Article Image

Or, why there’s no such thing as machine intelligence.

In his seminal paper on machine intelligence, Computing Intelligence and Machinery (1950), Alan Turing replaces the question “can machines think?” with the more tractable question of what would happen if a machine took the place of one of the human beings in what he calls “the imitation game”:

The new form of the problem can be described in terms of a game which we call the ‘imitation game.” It is played with three people, a man (A), a woman (B), and an interrogator (C) who may be of either sex. The interrogator stays in a room apart front the other two. The object of the game for the interrogator is to determine which of the other two is the man and which is the woman. He knows them by labels X and Y, and at the end of the game he says either “X is A and Y is B” or “X is B and Y is A.” The interrogator is allowed to put questions to A and B… (433).

By answering only the questions put to them by the interrogator, the idea is that either human being could “imitate” the “other” gender (Turing’s description of the game is rife with gender stereotypes). Turing’s test of machine intelligence is whether a machine could imitate either of the human players to such an extent as to fool the interrogator. In the course of his paper, Turing dismisses various objections to the validity of this idea, while stating that:

The original question, “Can machines think?” I believe to be too meaningless to deserve discussion. Nevertheless I believe that at the end of the century the use of words and general educated opinion will have altered so much that one will be able to speak of machines thinking without expecting to be contradicted. I believe further that no useful purpose is served by concealing these beliefs. The popular view that scientists proceed inexorably from well-established fact to well-established fact, never being influenced by any improved conjecture, is quite mistaken. Provided it is made clear which are proved facts and which are conjectures, no harm can result. Conjectures are of great importance since they suggest useful lines of research.
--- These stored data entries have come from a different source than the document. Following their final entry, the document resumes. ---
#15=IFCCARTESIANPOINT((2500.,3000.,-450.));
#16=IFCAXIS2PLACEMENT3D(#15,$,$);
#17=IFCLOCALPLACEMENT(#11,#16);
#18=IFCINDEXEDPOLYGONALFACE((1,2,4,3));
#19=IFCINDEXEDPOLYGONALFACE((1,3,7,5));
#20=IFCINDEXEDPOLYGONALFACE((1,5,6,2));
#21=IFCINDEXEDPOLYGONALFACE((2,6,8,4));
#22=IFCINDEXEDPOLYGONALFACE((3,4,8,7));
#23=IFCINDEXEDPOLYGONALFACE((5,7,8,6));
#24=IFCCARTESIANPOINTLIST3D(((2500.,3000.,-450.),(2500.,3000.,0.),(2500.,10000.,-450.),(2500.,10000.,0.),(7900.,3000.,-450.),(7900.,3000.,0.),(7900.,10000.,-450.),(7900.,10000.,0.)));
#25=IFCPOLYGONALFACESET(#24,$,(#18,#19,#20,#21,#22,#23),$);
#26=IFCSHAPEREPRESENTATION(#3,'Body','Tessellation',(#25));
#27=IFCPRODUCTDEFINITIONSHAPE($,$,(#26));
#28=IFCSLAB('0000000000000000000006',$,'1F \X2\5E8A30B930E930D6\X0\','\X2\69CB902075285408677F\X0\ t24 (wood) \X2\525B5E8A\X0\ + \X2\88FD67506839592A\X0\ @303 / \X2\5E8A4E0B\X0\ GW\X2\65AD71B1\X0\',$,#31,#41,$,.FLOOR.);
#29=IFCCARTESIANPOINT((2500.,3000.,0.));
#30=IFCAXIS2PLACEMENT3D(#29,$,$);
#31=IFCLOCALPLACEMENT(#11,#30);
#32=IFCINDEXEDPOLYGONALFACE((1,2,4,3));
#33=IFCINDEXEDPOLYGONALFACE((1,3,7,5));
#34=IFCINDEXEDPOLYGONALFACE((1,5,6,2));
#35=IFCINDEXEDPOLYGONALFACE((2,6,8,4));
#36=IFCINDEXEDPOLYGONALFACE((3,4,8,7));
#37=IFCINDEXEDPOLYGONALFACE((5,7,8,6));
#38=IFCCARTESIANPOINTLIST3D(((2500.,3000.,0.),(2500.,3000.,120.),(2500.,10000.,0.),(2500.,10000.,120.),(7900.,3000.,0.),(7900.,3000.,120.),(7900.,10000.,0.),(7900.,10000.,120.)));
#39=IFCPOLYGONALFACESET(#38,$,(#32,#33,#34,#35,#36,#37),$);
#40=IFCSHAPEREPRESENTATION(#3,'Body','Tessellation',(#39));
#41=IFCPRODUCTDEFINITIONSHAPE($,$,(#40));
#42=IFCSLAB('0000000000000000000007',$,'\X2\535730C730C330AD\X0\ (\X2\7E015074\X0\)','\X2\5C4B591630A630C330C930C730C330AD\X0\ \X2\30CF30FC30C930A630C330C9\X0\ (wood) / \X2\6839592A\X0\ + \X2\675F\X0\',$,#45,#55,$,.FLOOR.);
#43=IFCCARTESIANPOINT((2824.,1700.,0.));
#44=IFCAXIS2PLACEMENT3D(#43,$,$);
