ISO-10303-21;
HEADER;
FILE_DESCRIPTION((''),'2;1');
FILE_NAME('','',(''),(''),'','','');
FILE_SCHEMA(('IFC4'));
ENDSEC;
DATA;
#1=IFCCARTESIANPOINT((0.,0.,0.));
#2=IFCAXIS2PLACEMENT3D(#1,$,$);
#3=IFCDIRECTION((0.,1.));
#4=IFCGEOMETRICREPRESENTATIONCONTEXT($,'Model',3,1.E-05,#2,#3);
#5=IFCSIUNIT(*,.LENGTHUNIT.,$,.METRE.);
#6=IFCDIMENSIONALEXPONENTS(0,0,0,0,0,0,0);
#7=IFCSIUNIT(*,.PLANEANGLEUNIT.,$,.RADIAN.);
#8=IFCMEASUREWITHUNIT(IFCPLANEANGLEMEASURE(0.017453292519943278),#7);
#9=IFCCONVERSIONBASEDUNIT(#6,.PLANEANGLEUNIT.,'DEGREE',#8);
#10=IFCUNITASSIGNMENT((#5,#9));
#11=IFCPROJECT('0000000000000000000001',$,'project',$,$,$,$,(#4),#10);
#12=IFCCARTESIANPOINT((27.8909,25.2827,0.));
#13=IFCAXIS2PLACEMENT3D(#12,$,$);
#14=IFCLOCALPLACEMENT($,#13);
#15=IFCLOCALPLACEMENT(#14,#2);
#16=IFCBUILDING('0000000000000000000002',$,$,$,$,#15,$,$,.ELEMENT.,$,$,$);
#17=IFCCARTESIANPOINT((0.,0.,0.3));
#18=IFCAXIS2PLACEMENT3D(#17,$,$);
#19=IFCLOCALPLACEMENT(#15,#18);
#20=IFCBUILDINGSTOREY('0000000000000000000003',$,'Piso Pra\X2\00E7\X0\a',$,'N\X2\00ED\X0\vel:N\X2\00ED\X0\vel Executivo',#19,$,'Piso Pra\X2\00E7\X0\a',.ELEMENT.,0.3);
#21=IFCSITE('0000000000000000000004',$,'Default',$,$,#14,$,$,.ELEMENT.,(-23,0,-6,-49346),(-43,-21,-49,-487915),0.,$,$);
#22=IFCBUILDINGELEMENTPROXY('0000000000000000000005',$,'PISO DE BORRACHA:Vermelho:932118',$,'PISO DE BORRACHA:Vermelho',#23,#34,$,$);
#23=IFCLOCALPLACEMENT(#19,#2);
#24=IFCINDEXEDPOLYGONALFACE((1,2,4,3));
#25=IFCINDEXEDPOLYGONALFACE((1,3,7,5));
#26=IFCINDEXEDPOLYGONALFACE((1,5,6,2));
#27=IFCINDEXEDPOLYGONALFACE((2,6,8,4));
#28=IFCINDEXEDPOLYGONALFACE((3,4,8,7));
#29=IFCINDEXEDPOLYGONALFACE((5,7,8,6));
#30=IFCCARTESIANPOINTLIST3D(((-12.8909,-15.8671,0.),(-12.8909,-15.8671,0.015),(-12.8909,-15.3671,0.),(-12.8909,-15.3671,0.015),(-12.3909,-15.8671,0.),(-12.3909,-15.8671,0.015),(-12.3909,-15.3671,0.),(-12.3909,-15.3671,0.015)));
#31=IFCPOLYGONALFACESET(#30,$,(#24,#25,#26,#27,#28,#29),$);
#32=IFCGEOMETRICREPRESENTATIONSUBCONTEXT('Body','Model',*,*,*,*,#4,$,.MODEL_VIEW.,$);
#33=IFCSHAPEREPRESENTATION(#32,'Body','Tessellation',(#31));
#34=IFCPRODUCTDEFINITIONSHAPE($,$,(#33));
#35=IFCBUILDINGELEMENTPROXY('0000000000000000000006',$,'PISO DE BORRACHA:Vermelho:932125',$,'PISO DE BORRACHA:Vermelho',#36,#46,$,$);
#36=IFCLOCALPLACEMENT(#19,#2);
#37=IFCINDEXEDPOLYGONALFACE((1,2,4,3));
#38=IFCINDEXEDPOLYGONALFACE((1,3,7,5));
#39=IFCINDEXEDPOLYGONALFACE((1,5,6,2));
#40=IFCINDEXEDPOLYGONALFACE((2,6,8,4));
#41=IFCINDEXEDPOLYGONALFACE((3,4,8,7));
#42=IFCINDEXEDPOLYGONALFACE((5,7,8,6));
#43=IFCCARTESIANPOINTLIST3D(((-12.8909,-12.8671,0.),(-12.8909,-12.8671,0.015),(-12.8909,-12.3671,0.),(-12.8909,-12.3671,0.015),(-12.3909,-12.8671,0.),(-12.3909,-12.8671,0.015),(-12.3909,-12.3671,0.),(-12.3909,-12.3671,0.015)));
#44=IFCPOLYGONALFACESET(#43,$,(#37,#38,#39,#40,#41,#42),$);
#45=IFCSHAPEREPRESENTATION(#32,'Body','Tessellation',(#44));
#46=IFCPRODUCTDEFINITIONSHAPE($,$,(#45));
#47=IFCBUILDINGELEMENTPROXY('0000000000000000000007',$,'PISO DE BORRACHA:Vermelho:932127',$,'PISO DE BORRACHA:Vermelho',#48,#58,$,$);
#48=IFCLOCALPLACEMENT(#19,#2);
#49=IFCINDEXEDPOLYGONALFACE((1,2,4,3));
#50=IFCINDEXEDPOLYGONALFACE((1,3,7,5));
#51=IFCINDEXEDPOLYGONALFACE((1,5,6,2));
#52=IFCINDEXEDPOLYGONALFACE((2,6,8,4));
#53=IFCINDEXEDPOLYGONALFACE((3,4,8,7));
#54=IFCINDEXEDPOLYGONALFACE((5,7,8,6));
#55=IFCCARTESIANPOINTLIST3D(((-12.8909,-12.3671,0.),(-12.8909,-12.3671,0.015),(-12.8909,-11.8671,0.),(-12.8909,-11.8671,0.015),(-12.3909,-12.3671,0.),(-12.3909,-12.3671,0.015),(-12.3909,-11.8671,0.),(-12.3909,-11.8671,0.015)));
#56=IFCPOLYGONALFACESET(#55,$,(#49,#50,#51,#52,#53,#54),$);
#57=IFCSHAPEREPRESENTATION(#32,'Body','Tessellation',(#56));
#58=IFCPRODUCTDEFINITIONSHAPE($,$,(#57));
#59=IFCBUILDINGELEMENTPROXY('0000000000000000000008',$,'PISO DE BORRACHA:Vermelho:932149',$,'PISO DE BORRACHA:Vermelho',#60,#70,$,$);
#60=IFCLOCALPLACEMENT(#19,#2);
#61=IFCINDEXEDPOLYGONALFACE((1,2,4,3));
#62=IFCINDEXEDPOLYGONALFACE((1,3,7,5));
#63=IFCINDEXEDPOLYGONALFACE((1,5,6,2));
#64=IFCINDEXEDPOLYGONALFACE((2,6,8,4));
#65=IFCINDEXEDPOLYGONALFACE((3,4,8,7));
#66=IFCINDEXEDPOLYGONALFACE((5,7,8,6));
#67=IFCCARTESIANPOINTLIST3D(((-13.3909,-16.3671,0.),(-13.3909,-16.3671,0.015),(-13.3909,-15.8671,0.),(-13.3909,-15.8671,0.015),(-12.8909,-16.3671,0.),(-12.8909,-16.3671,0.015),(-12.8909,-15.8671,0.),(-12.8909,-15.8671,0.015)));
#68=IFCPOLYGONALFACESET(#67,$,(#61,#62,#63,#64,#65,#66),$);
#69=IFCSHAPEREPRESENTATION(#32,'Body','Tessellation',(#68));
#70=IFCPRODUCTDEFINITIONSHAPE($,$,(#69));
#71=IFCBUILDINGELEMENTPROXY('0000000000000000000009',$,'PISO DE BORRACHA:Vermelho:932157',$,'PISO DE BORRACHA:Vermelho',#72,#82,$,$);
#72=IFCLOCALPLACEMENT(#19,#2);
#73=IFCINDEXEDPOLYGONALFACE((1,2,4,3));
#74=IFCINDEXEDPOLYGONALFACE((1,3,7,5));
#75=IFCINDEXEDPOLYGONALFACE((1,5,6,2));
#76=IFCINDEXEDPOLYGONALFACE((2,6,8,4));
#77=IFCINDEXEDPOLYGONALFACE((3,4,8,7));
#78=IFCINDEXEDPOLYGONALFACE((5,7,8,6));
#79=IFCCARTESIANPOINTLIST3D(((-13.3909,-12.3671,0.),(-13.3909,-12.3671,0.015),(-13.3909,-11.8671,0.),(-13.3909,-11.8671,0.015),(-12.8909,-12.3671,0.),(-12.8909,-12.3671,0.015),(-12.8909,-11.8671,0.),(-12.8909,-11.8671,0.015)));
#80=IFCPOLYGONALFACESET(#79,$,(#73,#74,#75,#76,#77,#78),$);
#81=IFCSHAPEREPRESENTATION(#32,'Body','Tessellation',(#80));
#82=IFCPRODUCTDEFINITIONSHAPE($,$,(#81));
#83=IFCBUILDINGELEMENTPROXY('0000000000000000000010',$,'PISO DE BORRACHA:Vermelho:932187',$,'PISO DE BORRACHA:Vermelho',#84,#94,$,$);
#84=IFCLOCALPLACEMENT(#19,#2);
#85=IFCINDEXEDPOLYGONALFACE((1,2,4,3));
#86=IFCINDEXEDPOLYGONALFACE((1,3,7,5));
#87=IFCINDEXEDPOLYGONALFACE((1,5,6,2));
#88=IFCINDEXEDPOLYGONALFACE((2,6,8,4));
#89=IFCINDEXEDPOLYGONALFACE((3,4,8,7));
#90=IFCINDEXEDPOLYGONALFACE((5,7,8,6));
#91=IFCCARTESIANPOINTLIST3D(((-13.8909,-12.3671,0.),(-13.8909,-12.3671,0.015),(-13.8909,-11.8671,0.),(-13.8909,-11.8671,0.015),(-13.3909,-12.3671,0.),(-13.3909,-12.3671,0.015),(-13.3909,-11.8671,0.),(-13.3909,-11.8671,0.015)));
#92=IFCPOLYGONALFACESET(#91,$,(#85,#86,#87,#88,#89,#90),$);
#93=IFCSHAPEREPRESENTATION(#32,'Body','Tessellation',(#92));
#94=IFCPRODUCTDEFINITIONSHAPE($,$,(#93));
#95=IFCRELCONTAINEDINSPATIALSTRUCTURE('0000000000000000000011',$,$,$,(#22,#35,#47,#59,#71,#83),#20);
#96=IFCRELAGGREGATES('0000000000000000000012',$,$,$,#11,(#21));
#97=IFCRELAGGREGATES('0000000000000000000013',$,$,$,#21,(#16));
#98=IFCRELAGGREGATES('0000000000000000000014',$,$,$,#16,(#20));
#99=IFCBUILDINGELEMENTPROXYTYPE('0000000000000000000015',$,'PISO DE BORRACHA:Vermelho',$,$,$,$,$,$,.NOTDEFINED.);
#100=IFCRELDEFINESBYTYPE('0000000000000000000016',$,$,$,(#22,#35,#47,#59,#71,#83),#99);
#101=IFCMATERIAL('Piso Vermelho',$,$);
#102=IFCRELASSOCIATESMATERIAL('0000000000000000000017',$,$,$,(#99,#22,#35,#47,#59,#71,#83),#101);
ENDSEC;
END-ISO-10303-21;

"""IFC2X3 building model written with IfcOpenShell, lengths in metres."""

from ifc_helpers import new_model, entity, si_unit, converted_unit, direction, frame, origin, origin_2d_with_axis, place, context, subcontext, project, spatial, rectangle, extrude, source, transform, mapped, material, type_object, type_shapes, element, save


model = new_model("IFC2X3")

# Units and contexts
model_context = context("Model", 3, precision=1e-05, world=origin(), true_north=direction((0.0, 1.0)))
body_context = subcontext(model_context, "Body", "Model", "MODEL_VIEW")
ifc_project = project(units=[si_unit("LENGTHUNIT", "METRE"), converted_unit("PLANEANGLEUNIT", "DEGREE", entity("IfcPlaneAngleMeasure", 0.017453292519943278), si_unit("PLANEANGLEUNIT", "RADIAN"), dimensions=[0, 0, 0, 0, 0, 0, 0])], contexts=[model_context])

# Site, building, storey
site_placement = place(None, frame((27.8909, 25.2827, 0.0)))
site = spatial("IfcSite", under=ifc_project, at=site_placement, Name="Default", CompositionType="ELEMENT", RefLatitude=(-23, 0, -6, -49346), RefLongitude=(-43, -21, -49, -487915), RefElevation=0.0)
building_placement = place(site_placement, origin())
building = spatial("IfcBuilding", under=site, at=building_placement, CompositionType="ELEMENT")
storey_placement = place(building_placement, frame((0.0, 0.0, 0.3)))
storey = spatial("IfcBuildingStorey", under=building, at=storey_placement, Name="Piso Praça", ObjectType="Nível:Nível Executivo", LongName="Piso Praça", CompositionType="ELEMENT", Elevation=0.3)

# Building element proxies
ifc_material_1 = material(Name="Piso Vermelho")
building_element_proxy_type_1 = type_object("IfcBuildingElementProxyType", Name="PISO DE BORRACHA:Vermelho", PredefinedType="NOTDEFINED", material=ifc_material_1)
shared_shape_1 = source(origin(), body_context, "Body", "SweptSolid", [
    extrude(rectangle(XDim=0.5, YDim=0.5, at=origin_2d_with_axis()), frame((0.25, 0.25, 0.0), z_axis=(0.0, 0.0, 1.0), x_axis=(-1.0, 0.0, 0.0)), (0.0, 0.0, 1.0), 0.015),
])
type_shapes(building_element_proxy_type_1, [shared_shape_1])
for number, where, z_axis, x_axis, name in (
    (1, (-12.8909, -15.3671, 0.0), (0.0, 0.0, 1.0), (0.0, -1.0, 0.0), "PISO DE BORRACHA:Vermelho:932118"),
    (2, (-12.8909, -12.3671, 0.0), (0.0, 0.0, 1.0), (0.0, -1.0, 0.0), "PISO DE BORRACHA:Vermelho:932125"),
    (3, (-12.8909, -11.8671, 0.0), (0.0, 0.0, 1.0), (0.0, -1.0, 0.0), "PISO DE BORRACHA:Vermelho:932127"),
    (4, (-13.3909, -15.8671, 0.0), (0.0, 0.0, 1.0), (0.0, -1.0, 0.0), "PISO DE BORRACHA:Vermelho:932149"),
    (5, (-13.3909, -11.8671, 0.0), (0.0, 0.0, 1.0), (0.0, -1.0, 0.0), "PISO DE BORRACHA:Vermelho:932157"),
    (6, (-13.8909, -11.8671, 0.0), (0.0, 0.0, 1.0), (0.0, -1.0, 0.0), "PISO DE BORRACHA:Vermelho:932187"),
):
    element("IfcBuildingElementProxy", number, at=place(storey_placement, frame(where, z_axis=z_axis, x_axis=x_axis)), inside=storey, type_object=building_element_proxy_type_1, material=ifc_material_1, Name=name, ObjectType="PISO DE BORRACHA:Vermelho", context=body_context, shape_type="MappedRepresentation", body=[
        mapped(shared_shape_1, transform((0.0, 0.0, 0.0), scale=1.0)),
    ])

save(model, "model.ifc")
In 1956, seduced by Turing’s conjecture, a group of eminent computer scientists gathered at Dartmouth College, New Hampshire, and formulated the first artificial intelligence research project. The proposal for the Dartmouth meeting was to “proceed on the basis of the conjecture that every aspect of learning or any other feature of intelligence can in principle be so precisely described that a machine can be made to simulate it”. In this way, Turing’s conjecture was enshrined within computer science research where it remains to this day.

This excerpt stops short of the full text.